# '08/'09 Assignment- Snow -Due March 1st



## Patm1313

Snow, a very versatile subject. It can be the main focus of a shot, or just add personality. It can be extremely cliche, or it can be used in very interesting ways.

Depending on your location, you may have snow falling already or you may be a few months away from your first snow, so I'm setting a pretty far away due date for this assignment. Around here, the snow's about to fall.

Here's what I assign to you; use snow in a picture in a way you have never before.
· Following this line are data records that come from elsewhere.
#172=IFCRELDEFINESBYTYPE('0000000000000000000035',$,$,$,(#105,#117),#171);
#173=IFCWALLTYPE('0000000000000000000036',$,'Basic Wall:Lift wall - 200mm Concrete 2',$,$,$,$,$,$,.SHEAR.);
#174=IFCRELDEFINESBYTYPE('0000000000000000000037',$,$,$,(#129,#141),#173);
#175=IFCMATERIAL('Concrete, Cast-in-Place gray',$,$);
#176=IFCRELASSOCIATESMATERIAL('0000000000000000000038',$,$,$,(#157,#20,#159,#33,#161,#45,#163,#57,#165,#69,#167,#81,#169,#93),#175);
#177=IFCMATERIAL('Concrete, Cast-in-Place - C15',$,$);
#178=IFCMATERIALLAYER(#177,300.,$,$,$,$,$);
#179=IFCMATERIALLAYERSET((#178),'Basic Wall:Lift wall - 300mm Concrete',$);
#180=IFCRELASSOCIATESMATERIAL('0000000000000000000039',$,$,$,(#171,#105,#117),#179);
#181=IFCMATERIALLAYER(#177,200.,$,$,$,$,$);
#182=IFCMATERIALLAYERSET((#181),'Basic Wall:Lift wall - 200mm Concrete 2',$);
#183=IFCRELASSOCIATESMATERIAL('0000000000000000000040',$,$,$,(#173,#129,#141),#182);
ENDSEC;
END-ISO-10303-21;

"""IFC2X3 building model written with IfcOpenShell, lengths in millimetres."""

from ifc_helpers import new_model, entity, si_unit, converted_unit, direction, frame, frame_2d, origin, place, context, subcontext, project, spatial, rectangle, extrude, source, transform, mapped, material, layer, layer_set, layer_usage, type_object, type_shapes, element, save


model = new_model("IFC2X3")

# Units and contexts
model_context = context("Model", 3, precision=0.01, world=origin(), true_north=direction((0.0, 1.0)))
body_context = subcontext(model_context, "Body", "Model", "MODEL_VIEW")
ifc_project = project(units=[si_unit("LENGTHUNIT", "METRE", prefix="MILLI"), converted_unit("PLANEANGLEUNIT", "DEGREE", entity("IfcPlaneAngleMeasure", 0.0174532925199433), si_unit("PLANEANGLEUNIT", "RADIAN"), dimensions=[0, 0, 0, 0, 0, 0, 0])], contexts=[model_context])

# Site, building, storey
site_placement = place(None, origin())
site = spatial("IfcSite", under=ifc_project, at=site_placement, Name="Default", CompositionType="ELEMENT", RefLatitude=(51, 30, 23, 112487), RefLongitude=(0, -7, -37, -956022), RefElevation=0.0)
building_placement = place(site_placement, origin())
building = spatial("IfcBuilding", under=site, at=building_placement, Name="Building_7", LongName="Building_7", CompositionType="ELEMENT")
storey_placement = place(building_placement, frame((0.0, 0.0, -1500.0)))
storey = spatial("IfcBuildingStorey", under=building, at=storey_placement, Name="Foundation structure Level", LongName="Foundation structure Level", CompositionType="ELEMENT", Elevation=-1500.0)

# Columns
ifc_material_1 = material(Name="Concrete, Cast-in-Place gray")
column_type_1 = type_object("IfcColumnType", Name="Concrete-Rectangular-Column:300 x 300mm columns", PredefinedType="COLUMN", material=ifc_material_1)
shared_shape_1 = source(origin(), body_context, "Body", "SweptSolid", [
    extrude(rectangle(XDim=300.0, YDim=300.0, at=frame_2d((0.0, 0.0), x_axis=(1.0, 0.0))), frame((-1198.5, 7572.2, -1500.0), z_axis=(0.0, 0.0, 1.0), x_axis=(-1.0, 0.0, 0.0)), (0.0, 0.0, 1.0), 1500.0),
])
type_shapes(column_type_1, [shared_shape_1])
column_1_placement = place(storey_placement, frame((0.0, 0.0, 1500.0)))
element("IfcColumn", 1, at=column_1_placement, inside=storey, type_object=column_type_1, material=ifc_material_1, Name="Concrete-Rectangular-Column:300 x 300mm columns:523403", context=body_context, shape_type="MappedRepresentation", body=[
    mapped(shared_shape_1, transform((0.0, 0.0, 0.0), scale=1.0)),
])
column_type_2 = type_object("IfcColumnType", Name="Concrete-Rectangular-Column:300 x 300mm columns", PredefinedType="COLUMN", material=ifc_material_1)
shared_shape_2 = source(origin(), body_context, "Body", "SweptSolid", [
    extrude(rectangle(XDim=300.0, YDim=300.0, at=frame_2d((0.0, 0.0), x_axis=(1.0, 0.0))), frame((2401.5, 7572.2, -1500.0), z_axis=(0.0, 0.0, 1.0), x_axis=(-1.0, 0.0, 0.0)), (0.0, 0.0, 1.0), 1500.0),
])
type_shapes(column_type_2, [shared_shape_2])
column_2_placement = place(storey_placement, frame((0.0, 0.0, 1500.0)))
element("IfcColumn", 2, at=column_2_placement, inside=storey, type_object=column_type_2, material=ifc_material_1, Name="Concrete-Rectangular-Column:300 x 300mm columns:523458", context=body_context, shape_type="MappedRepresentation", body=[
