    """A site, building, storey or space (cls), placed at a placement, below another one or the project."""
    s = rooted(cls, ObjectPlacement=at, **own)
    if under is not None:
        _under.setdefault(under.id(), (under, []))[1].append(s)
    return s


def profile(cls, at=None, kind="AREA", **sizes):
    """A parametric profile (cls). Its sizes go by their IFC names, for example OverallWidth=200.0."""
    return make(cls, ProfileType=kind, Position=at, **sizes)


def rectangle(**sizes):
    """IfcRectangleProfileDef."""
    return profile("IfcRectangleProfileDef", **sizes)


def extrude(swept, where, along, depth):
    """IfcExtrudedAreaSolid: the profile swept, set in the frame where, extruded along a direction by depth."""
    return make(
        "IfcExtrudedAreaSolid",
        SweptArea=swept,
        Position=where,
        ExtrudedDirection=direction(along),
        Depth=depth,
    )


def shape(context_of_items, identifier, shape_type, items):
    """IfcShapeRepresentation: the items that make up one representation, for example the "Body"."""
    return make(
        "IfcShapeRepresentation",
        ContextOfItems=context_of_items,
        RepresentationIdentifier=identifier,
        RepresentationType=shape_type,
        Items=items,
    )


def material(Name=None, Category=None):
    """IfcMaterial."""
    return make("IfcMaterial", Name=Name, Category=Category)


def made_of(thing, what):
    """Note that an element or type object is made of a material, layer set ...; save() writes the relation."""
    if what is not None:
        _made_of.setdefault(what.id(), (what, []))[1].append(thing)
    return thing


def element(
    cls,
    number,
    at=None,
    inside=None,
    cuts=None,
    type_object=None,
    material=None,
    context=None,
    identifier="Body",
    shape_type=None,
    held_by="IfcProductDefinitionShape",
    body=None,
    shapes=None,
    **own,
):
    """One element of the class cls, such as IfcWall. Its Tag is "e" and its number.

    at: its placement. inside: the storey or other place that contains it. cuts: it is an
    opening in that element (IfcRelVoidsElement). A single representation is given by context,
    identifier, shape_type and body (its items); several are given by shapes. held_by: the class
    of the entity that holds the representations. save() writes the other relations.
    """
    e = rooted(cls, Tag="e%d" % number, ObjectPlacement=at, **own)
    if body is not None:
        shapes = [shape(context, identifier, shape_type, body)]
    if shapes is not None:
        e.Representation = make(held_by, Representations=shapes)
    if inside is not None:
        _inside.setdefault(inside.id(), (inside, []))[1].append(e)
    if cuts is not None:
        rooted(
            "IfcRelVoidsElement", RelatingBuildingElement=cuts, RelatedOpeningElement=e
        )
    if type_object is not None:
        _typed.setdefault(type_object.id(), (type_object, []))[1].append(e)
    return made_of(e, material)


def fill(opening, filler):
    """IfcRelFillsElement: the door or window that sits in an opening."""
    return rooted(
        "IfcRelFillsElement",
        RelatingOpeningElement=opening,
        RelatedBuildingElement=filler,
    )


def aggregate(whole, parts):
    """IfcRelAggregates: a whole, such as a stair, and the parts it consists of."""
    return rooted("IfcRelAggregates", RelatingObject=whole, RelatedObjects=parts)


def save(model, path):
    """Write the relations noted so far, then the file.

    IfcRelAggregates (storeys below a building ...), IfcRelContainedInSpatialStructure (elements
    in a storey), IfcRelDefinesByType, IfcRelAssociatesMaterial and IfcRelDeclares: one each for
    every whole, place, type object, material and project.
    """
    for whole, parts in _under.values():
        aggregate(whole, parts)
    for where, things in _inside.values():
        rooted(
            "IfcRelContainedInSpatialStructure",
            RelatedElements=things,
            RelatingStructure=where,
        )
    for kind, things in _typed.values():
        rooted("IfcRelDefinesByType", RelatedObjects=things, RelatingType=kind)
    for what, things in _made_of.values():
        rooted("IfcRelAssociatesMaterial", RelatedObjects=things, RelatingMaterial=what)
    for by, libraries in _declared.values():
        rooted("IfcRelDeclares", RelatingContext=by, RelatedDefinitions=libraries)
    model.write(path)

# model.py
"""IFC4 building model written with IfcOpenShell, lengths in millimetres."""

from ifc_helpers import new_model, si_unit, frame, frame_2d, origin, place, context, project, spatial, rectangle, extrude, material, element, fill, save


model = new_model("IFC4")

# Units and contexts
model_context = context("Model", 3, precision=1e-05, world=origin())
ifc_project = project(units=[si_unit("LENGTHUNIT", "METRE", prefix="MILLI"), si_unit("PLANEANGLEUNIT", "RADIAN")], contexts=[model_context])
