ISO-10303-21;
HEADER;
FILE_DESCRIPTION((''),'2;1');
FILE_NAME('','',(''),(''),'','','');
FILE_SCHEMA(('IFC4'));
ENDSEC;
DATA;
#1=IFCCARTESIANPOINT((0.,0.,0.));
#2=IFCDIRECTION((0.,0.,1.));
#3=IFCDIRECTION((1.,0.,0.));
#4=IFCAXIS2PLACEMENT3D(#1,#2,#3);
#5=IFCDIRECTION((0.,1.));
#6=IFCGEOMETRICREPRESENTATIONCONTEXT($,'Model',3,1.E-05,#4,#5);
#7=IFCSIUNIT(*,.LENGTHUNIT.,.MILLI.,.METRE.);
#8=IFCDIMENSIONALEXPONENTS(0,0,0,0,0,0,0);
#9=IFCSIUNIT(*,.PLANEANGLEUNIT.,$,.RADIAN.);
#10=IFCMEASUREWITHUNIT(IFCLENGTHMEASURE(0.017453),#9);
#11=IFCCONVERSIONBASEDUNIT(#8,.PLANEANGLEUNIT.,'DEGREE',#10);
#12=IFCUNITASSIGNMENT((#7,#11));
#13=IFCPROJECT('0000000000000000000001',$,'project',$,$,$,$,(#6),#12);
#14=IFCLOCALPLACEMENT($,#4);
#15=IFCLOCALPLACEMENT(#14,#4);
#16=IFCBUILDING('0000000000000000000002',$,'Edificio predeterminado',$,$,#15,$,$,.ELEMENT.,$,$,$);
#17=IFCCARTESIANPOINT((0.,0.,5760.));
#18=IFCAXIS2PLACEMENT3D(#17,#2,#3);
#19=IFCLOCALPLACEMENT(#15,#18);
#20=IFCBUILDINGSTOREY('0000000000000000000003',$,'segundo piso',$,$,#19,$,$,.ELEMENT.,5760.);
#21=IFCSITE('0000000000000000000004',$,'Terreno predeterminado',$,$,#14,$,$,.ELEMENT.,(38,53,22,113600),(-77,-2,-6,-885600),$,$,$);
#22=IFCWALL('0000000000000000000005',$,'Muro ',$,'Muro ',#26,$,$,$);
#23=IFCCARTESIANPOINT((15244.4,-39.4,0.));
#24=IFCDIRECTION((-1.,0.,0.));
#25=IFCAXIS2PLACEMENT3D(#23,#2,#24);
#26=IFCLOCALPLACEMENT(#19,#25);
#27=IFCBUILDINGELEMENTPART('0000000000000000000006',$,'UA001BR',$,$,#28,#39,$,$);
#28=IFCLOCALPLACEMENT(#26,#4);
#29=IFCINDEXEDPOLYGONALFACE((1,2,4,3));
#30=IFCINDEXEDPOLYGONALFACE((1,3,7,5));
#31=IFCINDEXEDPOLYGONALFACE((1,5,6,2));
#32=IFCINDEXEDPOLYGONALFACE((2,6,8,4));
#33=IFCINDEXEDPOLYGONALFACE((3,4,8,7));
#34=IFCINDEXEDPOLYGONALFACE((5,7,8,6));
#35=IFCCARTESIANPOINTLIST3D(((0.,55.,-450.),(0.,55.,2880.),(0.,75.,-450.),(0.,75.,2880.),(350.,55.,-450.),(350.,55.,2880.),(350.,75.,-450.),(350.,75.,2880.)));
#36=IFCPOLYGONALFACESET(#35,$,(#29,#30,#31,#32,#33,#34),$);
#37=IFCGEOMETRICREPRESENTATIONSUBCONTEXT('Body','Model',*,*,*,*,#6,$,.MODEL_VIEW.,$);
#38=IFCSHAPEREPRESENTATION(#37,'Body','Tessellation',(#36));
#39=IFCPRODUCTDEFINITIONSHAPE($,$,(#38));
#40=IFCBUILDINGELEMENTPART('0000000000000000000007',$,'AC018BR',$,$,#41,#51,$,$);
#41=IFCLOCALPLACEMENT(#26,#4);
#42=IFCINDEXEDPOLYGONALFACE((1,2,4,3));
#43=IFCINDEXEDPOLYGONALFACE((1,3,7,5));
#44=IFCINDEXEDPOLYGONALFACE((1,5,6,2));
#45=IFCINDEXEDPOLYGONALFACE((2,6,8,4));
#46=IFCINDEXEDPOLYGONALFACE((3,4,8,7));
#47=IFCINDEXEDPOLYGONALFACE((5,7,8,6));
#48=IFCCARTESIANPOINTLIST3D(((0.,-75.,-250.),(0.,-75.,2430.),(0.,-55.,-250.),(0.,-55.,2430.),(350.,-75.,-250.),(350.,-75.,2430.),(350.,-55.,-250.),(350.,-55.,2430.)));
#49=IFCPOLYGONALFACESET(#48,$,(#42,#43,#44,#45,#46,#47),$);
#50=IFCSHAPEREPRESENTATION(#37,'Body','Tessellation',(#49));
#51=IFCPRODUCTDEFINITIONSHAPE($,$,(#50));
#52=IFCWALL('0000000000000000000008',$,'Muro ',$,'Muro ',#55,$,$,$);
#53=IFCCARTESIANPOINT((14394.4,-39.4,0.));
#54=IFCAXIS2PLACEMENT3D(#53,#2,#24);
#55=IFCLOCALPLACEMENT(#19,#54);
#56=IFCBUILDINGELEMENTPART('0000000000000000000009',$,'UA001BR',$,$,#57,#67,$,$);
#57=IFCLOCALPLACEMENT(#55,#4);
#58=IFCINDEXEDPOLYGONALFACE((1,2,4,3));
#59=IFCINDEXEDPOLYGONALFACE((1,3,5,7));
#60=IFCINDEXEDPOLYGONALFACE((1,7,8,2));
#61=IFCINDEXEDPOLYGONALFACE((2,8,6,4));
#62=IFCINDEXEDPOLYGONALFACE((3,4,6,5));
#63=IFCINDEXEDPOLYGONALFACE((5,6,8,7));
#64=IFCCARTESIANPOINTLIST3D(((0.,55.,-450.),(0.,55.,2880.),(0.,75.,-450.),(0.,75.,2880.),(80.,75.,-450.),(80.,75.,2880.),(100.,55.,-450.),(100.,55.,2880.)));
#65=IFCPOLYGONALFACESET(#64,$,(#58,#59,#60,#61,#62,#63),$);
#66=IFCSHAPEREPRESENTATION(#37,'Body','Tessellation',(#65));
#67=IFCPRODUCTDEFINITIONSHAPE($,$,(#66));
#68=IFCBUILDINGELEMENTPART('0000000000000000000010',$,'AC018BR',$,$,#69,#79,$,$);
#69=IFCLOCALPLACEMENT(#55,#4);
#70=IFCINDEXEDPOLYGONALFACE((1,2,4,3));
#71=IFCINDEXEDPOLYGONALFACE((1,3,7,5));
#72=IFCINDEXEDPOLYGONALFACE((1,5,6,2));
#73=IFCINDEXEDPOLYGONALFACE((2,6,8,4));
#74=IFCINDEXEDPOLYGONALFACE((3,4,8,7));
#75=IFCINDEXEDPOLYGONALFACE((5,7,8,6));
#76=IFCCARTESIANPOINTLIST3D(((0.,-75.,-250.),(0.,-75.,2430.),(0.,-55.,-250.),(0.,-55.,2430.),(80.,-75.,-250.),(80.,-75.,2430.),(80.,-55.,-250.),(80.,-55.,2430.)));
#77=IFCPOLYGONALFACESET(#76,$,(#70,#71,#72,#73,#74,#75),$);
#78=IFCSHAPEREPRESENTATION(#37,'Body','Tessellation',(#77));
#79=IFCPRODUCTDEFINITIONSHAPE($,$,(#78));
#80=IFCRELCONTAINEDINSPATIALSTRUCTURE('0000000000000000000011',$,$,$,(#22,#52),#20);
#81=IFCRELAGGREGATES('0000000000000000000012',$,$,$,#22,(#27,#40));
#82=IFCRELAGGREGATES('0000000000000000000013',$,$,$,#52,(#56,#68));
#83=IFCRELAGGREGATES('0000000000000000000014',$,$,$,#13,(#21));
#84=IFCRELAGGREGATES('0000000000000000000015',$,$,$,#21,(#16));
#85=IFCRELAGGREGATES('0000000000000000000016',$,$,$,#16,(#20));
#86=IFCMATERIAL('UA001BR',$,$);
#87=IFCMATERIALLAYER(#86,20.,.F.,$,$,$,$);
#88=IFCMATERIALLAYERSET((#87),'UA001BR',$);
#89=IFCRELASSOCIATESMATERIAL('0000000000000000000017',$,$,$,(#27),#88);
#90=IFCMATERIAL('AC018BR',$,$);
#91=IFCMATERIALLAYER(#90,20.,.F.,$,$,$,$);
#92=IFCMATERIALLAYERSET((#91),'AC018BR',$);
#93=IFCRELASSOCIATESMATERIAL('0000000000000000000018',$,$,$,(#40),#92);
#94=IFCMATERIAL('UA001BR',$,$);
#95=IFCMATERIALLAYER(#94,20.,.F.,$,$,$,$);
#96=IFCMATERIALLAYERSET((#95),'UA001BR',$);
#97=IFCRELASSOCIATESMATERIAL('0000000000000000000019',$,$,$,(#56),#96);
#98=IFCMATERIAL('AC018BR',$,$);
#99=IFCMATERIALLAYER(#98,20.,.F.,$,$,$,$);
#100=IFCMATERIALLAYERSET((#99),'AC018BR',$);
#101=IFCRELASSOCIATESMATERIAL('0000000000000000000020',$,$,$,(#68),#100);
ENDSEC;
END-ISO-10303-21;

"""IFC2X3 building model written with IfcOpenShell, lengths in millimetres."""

from ifc_helpers import new_model, entity, si_unit, converted_unit, direction, frame, origin_with_axes, place, context, subcontext, project, spatial, polyline, outline, extrude, material, layer, layer_set, layer_usage, element, aggregate, save


model = new_model("IFC2X3")

# Units and contexts
model_context = context("Model", 3, precision=1e-05, world=origin_with_axes(), true_north=direction((0.0, 1.0)))
body_context = subcontext(model_context, "Body", "Model", "MODEL_VIEW")
ifc_project = project(units=[si_unit("LENGTHUNIT", "METRE", prefix="MILLI"), converted_unit("PLANEANGLEUNIT", "DEGREE", entity("IfcLengthMeasure", 0.017453), si_unit("PLANEANGLEUNIT", "RADIAN"), dimensions=[0, 0, 0, 0, 0, 0, 0])], contexts=[model_context])

# Site, building, storey
site_placement = place(None, origin_with_axes())
site = spatial("IfcSite", under=ifc_project, at=site_placement, Name="Terreno predeterminado", CompositionType="ELEMENT", RefLatitude=(38, 53, 22, 113600), RefLongitude=(-77, -2, -6, -885600))
building_placement = place(site_placement, origin_with_axes())
building = spatial("IfcBuilding", under=site, at=building_placement, Name="Edificio predeterminado", CompositionType="ELEMENT")
storey_placement = place(building_placement, frame((0.0, 0.0, 5760.0), z_axis=(0.0, 0.0, 1.0), x_axis=(1.0, 0.0, 0.0)))
storey = spatial("IfcBuildingStorey", under=building, at=storey_placement, Name="segundo piso", CompositionType="ELEMENT", Elevation=5760.0)

# Walls, building element parts
wall_1_placement = place(storey_placement, frame((15244.4, -39.4, 0.0), z_axis=(0.0, 0.0, 1.0), x_axis=(-1.0, 0.0, 0.0)))
wall_1 = element("IfcWall", 1, at=wall_1_placement, inside=storey, Name="Muro ", ObjectType="Muro ")
ifc_material_1 = material(Name="UA001BR")
ifc_layer_1 = layer(ifc_material_1, 20.0, ventilated=False)
ifc_layer_set_1 = layer_set([ifc_layer_1], Name="UA001BR")
ifc_layer_usage_1 = layer_usage(ifc_layer_set_1, "AXIS2", "NEGATIVE", -75.0)
building_element_part_1_placement = place(wall_1_placement, origin_with_axes())
building_element_part_1 = element("IfcBuildingElementPart", 2, at=building_element_part_1_placement, material=ifc_layer_usage_1, Name="UA001BR", context=body_context, shape_type="SweptSolid", body=[
    extrude(outline(polyline([(350.0, 75.0), (350.0, 55.0), (0.0, 55.0), (0.0, 75.0), (350.0, 75.0)])), frame((0.0, 0.0, -450.0), z_axis=(0.0, 0.0, 1.0), x_axis=(1.0, 0.0, 0.0)), (0.0, 0.0, 1.0), 3330.0),
])
ifc_material_2 = material(Name="AC018BR")
ifc_layer_2 = layer(ifc_material_2, 20.0, ventilated=False)
ifc_layer_set_2 = layer_set([ifc_layer_2], Name="AC018BR")
ifc_layer_usage_2 = layer_usage(ifc_layer_set_2, "AXIS2", "NEGATIVE", 55.0)
building_element_part_2_placement = place(wall_1_placement, origin_with_axes())
building_element_part_2 = element("IfcBuildingElementPart", 3, at=building_element_part_2_placement, material=ifc_layer_usage_2, Name="AC018BR", context=body_context, shape_type="SweptSolid", body=[
    extrude(outline(polyline([(350.0, -55.0), (350.0, -75.0), (0.0, -75.0), (0.0, -55.0), (350.0, -55.0)])), frame((0.0, 0.0, -250.0), z_axis=(0.0, 0.0, 1.0), x_axis=(1.0, 0.0, 0.0)), (0.0, 0.0, 1.0), 2680.0),
])
aggregate(wall_1, [building_element_part_1, building_element_part_2])
wall_2_placement = place(storey_placement, frame((14394.4, -39.4, 0.0), z_axis=(0.0, 0.0, 1.0), x_axis=(-1.0, 0.0, 0.0)))
wall_2 = element("IfcWall", 4, at=wall_2_placement, inside=storey, Name="Muro ", ObjectType="Muro ")
ifc_material_3 = material(Name="UA001BR")
ifc_layer_3 = layer(ifc_material_3, 20.0, ventilated=False)
ifc_layer_set_3 = layer_set([ifc_layer_3], Name="UA001BR")
ifc_layer_usage_3 = layer_usage(ifc_layer_set_3, "AXIS2", "NEGATIVE", -75.0)
building_element_part_3_placement = place(wall_2_placement, origin_with_axes())
building_element_part_3 = element("IfcBuildingElementPart", 5, at=building_element_part_3_placement, material=ifc_layer_usage_3, Name="UA001BR", context=body_context, shape_type="SweptSolid", body=[
    extrude(outline(polyline([(80.0, 75.0), (100.0, 55.0), (0.0, 55.0), (0.0, 75.0), (80.0, 75.0)])), frame((0.0, 0.0, -450.0), z_axis=(0.0, 0.0, 1.0), x_axis=(1.0, 0.0, 0.0)), (0.0, 0.0, 1.0), 3330.0),
])
ifc_material_4 = material(Name="AC018BR")
ifc_layer_4 = layer(ifc_material_4, 20.0, ventilated=False)
ifc_layer_set_4 = layer_set([ifc_layer_4], Name="AC018BR")
ifc_layer_usage_4 = layer_usage(ifc_layer_set_4, "AXIS2", "NEGATIVE", 55.0)
building_element_part_4_placement = place(wall_2_placement, origin_with_axes())
building_element_part_4 = element("IfcBuildingElementPart", 6, at=building_element_part_4_placement, material=ifc_layer_usage_4, Name="AC018BR", context=body_context, shape_type="SweptSolid", body=[
    extrude(outline(polyline([(80.0, -55.0), (80.0, -75.0), (0.0, -75.0), (0.0, -55.0), (80.0, -55.0)])), frame((0.0, 0.0, -250.0), z_axis=(0.0, 0.0, 1.0), x_axis=(1.0, 0.0, 0.0)), (0.0, 0.0, 1.0), 2680.0),
])
aggregate(wall_2, [building_element_part_3, building_element_part_4])

save(model, "model.ifc")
Don't be afraid to go outside of your comfort zone.

*Have fun, and be creative!
*


----------



## Dionysus




----------



## Dionysus




----------



## LaFoto

Just some ... it's almost all gone now.


----------



## hankejp

Damn...have to wait to see the pics.  The website is being blocked here.

Here's one of my early into the snow season pics.


----------



## Big Bully

Corrina I love your second shot that is just beautifully composed. Great job.
And everyone else on this thread. Way to go! I am freezing already! 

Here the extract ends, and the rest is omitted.